__Exercise goal__
Only the lines holding the word "IFCRELAGGREGATES" are wanted; copy each of them from the listing.

__Material provided__
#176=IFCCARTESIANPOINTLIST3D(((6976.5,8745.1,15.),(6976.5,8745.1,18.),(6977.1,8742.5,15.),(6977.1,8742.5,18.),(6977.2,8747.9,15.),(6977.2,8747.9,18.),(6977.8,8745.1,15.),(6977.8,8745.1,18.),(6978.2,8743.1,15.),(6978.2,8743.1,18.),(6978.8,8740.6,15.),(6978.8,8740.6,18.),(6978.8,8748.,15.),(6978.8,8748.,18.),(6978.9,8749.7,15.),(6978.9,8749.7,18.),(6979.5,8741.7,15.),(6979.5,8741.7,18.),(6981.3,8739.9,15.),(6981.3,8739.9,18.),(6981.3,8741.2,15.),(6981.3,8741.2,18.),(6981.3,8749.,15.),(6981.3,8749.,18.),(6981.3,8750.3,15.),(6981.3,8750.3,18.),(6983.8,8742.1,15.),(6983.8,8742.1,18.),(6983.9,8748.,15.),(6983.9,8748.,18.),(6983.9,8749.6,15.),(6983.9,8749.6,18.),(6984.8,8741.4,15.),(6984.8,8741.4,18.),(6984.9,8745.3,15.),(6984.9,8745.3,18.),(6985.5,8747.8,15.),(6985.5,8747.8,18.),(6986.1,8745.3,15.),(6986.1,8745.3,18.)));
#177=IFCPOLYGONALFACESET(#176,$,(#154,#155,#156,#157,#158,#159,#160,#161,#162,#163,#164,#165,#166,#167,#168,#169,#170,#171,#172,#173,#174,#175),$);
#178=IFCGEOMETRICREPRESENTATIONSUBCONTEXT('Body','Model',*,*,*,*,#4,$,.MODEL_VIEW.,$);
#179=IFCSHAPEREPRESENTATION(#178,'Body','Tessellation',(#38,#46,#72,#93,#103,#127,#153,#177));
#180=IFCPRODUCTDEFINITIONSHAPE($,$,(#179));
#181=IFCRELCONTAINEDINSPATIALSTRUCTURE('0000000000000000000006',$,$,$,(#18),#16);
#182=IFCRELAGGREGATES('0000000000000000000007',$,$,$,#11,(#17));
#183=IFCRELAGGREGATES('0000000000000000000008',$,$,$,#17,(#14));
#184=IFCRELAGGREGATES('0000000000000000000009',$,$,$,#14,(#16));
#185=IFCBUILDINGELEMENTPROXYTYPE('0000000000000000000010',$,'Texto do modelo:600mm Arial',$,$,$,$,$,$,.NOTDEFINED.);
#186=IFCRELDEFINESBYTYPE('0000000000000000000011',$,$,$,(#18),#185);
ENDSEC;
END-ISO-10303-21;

__Solution for this problem__
#182=IFCRELAGGREGATES('0000000000000000000007',$,$,$,#11,(#17));
#183=IFCRELAGGREGATES('0000000000000000000008',$,$,$,#17,(#14));
#184=IFCRELAGGREGATES('0000000000000000000009',$,$,$,#14,(#16));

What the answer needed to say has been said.